El horror, el miedo y la condena

Cinexcusas

Luis Tovar

 

Ubicada en algún punto de la Sierra Madre Occidental, vale suponer que bajo el ilícito y criminal dominio del Cártel Jalisco Nueva Generación, puesto que se desarrolla en territorio jalisciense, la trama de Noche de fuego (2021) –escrita y dirigida por la salvadoreña-mexicana Tatiana Huezo, habitualmente documentalista– comprende un lustro. Aun sin ser determinado de manera específica en el filme, cabe aventurar que dicho lapso corre, de manera aproximada, de 2020 hacia atrás, hasta 2015, aunque podría ubicarse un poco antes quizá.

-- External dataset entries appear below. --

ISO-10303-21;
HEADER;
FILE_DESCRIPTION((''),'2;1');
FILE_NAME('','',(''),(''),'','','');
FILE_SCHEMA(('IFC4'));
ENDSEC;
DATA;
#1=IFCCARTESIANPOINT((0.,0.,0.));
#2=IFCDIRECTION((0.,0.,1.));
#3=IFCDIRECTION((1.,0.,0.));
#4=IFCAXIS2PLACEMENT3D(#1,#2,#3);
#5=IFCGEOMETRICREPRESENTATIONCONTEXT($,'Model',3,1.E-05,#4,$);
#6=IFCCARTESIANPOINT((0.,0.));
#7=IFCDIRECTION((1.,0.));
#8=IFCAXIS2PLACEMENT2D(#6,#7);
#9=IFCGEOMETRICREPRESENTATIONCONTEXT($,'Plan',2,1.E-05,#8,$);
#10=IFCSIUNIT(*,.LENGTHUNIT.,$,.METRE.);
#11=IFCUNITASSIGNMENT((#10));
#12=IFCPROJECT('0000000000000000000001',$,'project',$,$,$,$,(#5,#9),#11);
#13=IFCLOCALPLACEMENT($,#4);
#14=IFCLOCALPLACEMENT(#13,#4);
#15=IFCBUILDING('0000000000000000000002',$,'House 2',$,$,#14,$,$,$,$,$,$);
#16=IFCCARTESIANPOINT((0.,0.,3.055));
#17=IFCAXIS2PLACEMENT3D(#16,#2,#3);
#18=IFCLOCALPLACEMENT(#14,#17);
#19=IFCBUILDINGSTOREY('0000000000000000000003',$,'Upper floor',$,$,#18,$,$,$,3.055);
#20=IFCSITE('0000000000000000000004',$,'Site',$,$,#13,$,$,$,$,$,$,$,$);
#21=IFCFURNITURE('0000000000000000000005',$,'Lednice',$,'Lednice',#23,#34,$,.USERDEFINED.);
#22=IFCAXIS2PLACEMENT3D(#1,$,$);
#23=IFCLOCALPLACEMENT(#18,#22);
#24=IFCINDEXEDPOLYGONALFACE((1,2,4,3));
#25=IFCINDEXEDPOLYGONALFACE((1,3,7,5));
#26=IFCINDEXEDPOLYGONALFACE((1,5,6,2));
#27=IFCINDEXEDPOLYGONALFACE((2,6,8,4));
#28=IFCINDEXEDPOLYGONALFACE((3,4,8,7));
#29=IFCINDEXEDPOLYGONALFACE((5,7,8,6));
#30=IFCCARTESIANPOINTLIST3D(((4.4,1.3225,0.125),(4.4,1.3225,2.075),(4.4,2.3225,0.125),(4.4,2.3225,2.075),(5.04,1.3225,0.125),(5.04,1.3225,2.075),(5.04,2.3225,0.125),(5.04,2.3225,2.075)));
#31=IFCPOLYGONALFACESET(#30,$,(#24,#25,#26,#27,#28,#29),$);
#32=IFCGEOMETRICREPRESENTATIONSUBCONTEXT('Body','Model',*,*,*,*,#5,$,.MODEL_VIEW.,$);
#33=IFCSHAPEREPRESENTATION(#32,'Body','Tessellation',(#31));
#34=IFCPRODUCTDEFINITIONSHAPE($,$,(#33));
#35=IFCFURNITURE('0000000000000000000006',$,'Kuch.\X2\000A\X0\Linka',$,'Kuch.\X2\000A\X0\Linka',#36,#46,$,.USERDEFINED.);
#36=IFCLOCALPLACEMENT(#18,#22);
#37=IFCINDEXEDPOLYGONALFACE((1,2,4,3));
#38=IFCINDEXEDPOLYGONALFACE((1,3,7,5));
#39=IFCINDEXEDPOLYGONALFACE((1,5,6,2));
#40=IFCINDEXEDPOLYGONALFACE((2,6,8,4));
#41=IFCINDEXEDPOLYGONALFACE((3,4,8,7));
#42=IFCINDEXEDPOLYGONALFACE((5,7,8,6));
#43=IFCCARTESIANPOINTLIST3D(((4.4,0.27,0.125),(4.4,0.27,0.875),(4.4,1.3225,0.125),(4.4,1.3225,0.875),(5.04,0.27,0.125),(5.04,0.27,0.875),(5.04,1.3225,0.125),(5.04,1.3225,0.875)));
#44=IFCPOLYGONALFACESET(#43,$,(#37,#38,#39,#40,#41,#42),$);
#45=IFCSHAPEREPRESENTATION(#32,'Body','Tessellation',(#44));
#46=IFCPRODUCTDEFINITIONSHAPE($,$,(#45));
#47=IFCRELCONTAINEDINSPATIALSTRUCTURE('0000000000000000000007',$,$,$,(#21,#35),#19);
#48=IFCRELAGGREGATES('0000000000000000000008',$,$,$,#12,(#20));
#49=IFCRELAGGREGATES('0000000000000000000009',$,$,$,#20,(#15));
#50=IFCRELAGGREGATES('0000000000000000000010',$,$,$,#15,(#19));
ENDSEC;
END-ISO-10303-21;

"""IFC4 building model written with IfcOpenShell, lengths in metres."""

from ifc_helpers import new_model, entity, si_unit, frame, origin_with_axes, origin_2d_with_axis, place, context, subcontext, project, spatial, indexed_curve, outline, extrude, shape, element, save


model = new_model("IFC4")

# Units and contexts
model_context = context("Model", 3, precision=1e-05, world=origin_with_axes())
plan_context = context("Plan", 2, precision=1e-05, world=origin_2d_with_axis())
body_context_1 = subcontext(model_context, "Body", "Model", "MODEL_VIEW")
body_context_2 = subcontext(plan_context, "Body", "Plan", "PLAN_VIEW")
ifc_project = project(units=[si_unit("LENGTHUNIT", "METRE")], contexts=[model_context, plan_context])

# Site, building, storey
site_placement = place(None, origin_with_axes())
site = spatial("IfcSite", under=ifc_project, at=site_placement, Name="Site")
building_placement = place(site_placement, origin_with_axes())
building = spatial("IfcBuilding", under=site, at=building_placement, Name="House 2")
storey_placement = place(building_placement, frame((0.0, 0.0, 3.055), z_axis=(0.0, 0.0, 1.0), x_axis=(1.0, 0.0, 0.0)))
storey = spatial("IfcBuildingStorey", under=building, at=storey_placement, Name="Upper floor", Elevation=3.055)

# Furniture
furniture_1_placement = place(storey_placement, frame((4.72, 1.8225, 0.125), z_axis=(0.0, 0.0, 1.0), x_axis=(1.0, 0.0, 0.0)))
element("IfcFurniture", 1, at=furniture_1_placement, inside=storey, Name="Lednice", ObjectType="Lednice", PredefinedType="USERDEFINED", shapes=[
    shape(body_context_1, "Body", "SweptSolid", [extrude(outline(indexed_curve([(-0.32, -0.5), (0.32, -0.5), (0.32, 0.5), (-0.32, 0.5)])), None, (0.0, 0.0, 1.0), 1.95)]),
    shape(body_context_2, "Body", "Curve2D", [entity("IfcIndexedPolyCurve", entity("IfcCartesianPointList2D", [[-0.32, -0.5], [0.32, -0.5], [0.32, 0.5], [-0.32, 0.5], [-0.32, -0.5]]), None, False)]),
])
furniture_2_placement = place(storey_placement, frame((4.72, 0.7963, 0.125), z_axis=(0.0, 0.0, 1.0), x_axis=(1.0, 0.0, 0.0)))
element("IfcFurniture", 2, at=furniture_2_placement, inside=storey, Name="Kuch.\nLinka", ObjectType="Kuch.\nLinka", PredefinedType="USERDEFINED", shapes=[
    shape(body_context_1, "Body", "SweptSolid", [extrude(outline(indexed_curve([(-0.32, -0.5263), (0.32, -0.5263), (0.32, 0.5263), (-0.32, 0.5263)])), None, (0.0, 0.0, 1.0), 0.75)]),
    shape(body_context_2, "Body", "Curve2D", [entity("IfcIndexedPolyCurve", entity("IfcCartesianPointList2D", [[-0.32, -0.5263], [0.32, -0.5263], [0.32, 0.5263], [-0.32, 0.5263], [-0.32, -0.5263]]), None, False)]),
])

save(model, "model.ifc")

La especificación es relevante porque, siendo Huezo una cineasta demostradamente interesada en la denuncia fílmica de diversos tipos de horrores –baste citar El lugar más pequeño (2011), documental acerca de la guerrilla salvadoreña y, muy cercano en tema a Noche de fuego, el documental Tempestad (2016) para corroborar dicho interés–, cabía esperar que en su primer largometraje de ficción volviese a mostrar, sin ambages mal justificados por la ficcionalización como sucede con otros cineastas, una situación real espeluznante.

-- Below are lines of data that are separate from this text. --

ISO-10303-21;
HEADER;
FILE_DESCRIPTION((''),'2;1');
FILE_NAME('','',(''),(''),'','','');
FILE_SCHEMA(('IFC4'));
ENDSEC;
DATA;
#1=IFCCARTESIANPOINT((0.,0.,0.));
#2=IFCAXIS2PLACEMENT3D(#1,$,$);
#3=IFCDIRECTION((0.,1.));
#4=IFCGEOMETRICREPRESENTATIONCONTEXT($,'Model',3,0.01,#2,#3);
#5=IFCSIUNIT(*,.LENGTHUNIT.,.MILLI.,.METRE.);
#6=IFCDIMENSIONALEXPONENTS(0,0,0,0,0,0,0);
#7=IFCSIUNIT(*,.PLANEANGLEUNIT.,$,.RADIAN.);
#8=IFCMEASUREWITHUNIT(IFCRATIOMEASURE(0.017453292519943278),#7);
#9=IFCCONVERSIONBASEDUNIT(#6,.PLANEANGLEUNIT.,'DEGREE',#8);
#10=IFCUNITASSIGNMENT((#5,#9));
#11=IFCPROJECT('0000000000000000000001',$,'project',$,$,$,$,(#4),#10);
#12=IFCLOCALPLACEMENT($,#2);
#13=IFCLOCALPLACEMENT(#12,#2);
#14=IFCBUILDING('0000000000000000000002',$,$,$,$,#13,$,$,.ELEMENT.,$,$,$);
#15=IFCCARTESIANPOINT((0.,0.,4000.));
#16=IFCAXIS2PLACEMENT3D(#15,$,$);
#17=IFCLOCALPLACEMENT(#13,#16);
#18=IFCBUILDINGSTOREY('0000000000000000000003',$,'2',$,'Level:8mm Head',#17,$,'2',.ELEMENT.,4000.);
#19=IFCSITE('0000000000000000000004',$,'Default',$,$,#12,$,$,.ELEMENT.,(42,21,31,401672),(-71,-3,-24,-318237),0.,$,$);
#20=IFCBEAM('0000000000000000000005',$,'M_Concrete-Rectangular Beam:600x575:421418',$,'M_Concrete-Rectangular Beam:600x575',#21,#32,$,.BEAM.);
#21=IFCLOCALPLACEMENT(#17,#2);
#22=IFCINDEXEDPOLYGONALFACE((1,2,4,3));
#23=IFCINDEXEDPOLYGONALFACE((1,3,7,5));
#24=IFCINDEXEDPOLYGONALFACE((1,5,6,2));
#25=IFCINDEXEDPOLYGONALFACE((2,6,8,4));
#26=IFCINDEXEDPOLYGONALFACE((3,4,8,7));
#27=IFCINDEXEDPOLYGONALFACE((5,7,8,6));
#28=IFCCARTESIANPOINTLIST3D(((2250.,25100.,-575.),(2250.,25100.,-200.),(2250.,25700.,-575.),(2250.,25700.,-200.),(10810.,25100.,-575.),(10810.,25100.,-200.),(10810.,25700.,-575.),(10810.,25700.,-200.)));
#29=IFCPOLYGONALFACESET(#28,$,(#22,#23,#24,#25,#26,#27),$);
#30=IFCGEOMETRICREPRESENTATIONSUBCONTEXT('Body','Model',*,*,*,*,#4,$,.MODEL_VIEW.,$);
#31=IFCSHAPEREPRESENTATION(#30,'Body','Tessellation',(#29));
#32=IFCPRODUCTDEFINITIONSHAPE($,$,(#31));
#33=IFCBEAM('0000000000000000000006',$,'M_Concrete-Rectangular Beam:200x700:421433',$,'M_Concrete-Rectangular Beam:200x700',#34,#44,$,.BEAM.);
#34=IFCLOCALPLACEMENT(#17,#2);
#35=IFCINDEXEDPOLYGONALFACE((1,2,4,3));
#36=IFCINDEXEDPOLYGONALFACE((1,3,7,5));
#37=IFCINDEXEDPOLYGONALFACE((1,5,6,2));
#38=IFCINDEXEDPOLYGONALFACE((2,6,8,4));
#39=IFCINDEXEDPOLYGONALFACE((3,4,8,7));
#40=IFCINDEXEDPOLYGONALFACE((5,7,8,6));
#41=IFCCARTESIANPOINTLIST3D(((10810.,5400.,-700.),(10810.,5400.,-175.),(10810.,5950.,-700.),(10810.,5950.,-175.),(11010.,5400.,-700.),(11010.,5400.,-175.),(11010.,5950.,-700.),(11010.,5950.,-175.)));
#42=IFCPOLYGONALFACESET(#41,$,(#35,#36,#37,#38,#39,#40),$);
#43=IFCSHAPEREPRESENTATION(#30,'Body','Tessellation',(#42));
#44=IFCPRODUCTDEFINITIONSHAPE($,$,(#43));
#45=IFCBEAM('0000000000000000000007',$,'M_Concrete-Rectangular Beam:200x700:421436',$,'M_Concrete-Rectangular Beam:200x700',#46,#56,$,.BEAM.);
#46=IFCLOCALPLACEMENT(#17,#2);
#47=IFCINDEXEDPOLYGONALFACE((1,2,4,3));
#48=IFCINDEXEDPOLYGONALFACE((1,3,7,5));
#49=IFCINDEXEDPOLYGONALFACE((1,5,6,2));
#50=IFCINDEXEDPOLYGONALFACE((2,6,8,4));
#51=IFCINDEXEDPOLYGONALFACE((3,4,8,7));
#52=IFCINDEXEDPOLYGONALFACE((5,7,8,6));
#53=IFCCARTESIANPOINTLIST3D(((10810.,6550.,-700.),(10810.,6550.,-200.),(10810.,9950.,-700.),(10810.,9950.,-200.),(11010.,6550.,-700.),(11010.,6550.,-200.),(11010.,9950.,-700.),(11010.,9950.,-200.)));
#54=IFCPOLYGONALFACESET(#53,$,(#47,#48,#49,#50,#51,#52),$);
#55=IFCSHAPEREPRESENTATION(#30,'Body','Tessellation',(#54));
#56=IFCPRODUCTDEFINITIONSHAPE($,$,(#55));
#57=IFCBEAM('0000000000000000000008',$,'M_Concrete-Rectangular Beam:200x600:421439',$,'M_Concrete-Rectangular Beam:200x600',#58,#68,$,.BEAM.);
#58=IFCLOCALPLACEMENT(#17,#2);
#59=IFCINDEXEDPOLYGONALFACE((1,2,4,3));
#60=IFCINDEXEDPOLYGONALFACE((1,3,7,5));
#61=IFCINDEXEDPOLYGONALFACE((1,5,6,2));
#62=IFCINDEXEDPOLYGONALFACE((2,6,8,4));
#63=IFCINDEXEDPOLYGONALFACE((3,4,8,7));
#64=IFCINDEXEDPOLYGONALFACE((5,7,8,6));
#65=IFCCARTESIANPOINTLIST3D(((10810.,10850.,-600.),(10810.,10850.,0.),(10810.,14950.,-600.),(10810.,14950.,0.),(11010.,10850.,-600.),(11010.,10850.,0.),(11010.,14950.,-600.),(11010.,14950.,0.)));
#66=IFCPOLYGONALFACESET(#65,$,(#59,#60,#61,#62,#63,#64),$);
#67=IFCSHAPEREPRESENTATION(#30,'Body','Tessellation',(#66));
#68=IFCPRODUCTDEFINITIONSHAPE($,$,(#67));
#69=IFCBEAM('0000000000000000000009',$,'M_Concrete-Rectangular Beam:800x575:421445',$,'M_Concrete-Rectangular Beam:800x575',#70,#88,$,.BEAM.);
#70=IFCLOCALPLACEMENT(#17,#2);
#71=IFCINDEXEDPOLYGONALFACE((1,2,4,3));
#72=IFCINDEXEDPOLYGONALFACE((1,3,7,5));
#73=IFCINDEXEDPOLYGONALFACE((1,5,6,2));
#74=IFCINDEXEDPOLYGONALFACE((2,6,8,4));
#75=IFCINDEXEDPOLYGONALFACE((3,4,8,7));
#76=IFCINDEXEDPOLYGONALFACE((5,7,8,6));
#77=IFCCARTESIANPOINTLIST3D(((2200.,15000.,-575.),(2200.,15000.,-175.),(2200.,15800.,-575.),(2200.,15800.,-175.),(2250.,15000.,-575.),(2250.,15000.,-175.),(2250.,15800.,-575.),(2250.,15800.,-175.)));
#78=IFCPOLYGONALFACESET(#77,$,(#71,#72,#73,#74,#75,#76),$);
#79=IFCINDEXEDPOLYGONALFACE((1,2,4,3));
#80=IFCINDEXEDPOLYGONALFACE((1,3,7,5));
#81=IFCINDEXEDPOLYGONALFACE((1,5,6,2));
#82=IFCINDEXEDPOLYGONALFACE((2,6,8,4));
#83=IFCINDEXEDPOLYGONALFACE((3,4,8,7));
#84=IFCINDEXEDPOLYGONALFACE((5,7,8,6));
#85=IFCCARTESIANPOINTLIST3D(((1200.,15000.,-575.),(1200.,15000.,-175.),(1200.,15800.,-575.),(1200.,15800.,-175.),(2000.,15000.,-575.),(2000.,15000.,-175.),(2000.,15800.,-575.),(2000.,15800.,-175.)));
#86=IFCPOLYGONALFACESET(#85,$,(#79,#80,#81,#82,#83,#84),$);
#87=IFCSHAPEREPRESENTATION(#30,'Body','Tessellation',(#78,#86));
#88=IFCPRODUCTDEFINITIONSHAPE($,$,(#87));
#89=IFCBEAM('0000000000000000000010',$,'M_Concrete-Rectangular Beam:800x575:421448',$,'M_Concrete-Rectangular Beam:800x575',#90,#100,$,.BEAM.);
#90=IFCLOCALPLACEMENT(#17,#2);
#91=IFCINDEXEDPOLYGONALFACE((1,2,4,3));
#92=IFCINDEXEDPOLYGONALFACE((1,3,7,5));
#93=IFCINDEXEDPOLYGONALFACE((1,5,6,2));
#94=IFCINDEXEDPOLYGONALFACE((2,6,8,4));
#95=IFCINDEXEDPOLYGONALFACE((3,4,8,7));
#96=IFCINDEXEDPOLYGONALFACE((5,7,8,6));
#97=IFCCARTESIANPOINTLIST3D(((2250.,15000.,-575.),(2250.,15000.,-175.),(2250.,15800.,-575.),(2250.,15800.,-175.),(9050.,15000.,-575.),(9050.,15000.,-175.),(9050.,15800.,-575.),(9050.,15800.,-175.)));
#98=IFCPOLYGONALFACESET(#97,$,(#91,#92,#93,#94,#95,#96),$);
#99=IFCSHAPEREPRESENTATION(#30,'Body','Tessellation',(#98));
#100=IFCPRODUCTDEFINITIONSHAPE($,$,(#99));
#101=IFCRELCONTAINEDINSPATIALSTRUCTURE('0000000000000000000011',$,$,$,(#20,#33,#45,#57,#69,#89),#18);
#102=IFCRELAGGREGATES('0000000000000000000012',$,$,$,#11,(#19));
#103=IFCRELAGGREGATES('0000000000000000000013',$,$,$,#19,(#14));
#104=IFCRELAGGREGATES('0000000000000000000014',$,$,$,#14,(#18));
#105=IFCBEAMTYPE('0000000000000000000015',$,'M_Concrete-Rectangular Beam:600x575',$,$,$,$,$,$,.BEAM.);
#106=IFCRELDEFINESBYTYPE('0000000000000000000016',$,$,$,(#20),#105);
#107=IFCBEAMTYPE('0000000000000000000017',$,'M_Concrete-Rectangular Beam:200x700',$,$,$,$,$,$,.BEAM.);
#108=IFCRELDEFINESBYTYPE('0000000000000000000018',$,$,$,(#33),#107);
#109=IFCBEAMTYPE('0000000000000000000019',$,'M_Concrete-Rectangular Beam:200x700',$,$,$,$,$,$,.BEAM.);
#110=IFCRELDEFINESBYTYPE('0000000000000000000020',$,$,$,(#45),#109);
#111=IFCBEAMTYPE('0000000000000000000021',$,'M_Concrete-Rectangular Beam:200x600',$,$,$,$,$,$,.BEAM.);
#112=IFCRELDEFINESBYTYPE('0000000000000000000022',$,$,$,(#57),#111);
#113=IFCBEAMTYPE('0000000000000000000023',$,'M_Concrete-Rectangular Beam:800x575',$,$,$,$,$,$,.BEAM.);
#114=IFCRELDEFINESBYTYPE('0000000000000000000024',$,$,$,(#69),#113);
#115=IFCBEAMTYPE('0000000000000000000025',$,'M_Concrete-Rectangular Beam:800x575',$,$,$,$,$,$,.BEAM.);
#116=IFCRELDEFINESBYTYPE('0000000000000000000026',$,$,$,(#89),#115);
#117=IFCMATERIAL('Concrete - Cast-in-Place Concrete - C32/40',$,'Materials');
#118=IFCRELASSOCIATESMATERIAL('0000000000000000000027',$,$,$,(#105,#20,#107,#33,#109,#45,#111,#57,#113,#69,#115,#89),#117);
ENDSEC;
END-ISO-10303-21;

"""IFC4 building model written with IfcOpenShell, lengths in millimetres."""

from ifc_helpers import new_model, entity, si_unit, converted_unit, direction, frame, origin, place, context, subcontext, project, spatial, indexed_curve, outline, extrude, source, transform, mapped, material, type_object, type_shapes, element, save


model = new_model("IFC4")

# Units and contexts
model_context = context("Model", 3, precision=0.01, world=origin(), true_north=direction((0.0, 1.0)))
body_context = subcontext(model_context, "Body", "Model", "MODEL_VIEW")
ifc_project = project(units=[si_unit("LENGTHUNIT", "METRE", prefix="MILLI"), converted_unit("PLANEANGLEUNIT", "DEGREE", entity("IfcRatioMeasure", 0.017453292519943278), si_unit("PLANEANGLEUNIT", "RADIAN"), dimensions=[0, 0, 0, 0, 0, 0, 0])], contexts=[model_context])

# Site, building, storey
site_placement = place(None, origin())
site = spatial("IfcSite", under=ifc_project, at=site_placement, Name="Default", CompositionType="ELEMENT", RefLatitude=(42, 21, 31, 401672), RefLongitude=(-71, -3, -24, -318237), RefElevation=0.0)
building_placement = place(site_placement, origin())
building = spatial("IfcBuilding", under=site, at=building_placement, CompositionType="ELEMENT")
storey_placement = place(building_placement, frame((0.0, 0.0, 4000.0)))
storey = spatial("IfcBuildingStorey", under=building, at=storey_placement, Name="2", ObjectType="Level:8mm Head", LongName="2", CompositionType="ELEMENT", Elevation=4000.0)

Dicha realidad, en la cual amplias zonas del territorio nacional son controladas por diversas organizaciones criminales, se recrudeció a partir de 2006 debido a lo que, hoy se sabe, no fue ningún “combate al narcotráfico” sino, muy al contrario, un secreto y aberrante pacto entre esas organizaciones y las autoridades legalmente establecidas que, de ese modo, se volvieron cómplices absolutos y coperpetradores de un horror que, con el paso de los años, no hizo sino recrudecerse hasta alcanzar, precisamente en los años de la probable ubicación temporal de Noche de fuego, una cúspide inaudita de la cual, con una lentitud y parcialidad desesperantes, este país apenas empieza a dar muestras de bajar.

 

De los ocho a los trece

De eso, nada más pero nada menos, es de lo que trata Noche de fuego: del modo en que suceden esos horrores y cómo son vividos por los pobladores de una pequeña localidad serrana. Trazada desde el punto de vista de Ana (Ana Cristina Ordóñez/Mayra Membreño), la trama comienza cuando ella tiene ocho años de edad y de ahí salta hasta que cuenta trece. En ese lapso, una compañía minera socava hasta arrancarle la mitad a un cerro de las proximidades; los habitantes trabajan, unos en esa mina a cielo abierto y otros en la siembra y cosecha de amapola, en ambos casos virtualmente esclavizados so pena de morir de hambre o de bala si osaran querer dedicarse a otra cosa; las trocas del narco se pasean con lujo de impunidad por los caminos aledaños; las tropas del Ejército hacen ocasional acto de presencia sin que esto implique “combate” alguno, mientras la policía va más allá, colaborando abiertamente con el Cártel.

Lo anterior, de suyo horrendo, sólo es el contexto de la historia central: la de Ana, María y Paola, primero niñas y luego adolescentes, viviendo el miedo atroz de ser raptadas, violadas y luego quizá vendidas, si no directamente asesinadas; el miedo de sus madres, que tienen que arreglárselas solas con la educación y la protección de sus hijas; el miedo de ser testigos de la impunidad absoluta, la complicidad criminal y la total ausencia de posibilidades de cambiar la realidad, como si se tratara de una condena inescapable.

Una luz, insuficiente de tan pequeña y, una vez más, congruente con la realidad de la que Noche de fuego se hace eco, apunta hacia el final: han de ser los propios pobladores quienes, aunque sea de modo parcial, hagan algo de justicia donde y como se pueda; por ejemplo, en los bienes mal habidos de un joven paisano que decidió formar parte del narco. Empero, y en una solución que en el fondo no lo es, para salvarse del miedo, la condena y el horror será preciso abandonarlo todo, tal como a gran escala todo parecía estar abandonado a su suerte hasta hace unos años, demasiado pocos para que esta realidad se transforme de manera sustancial.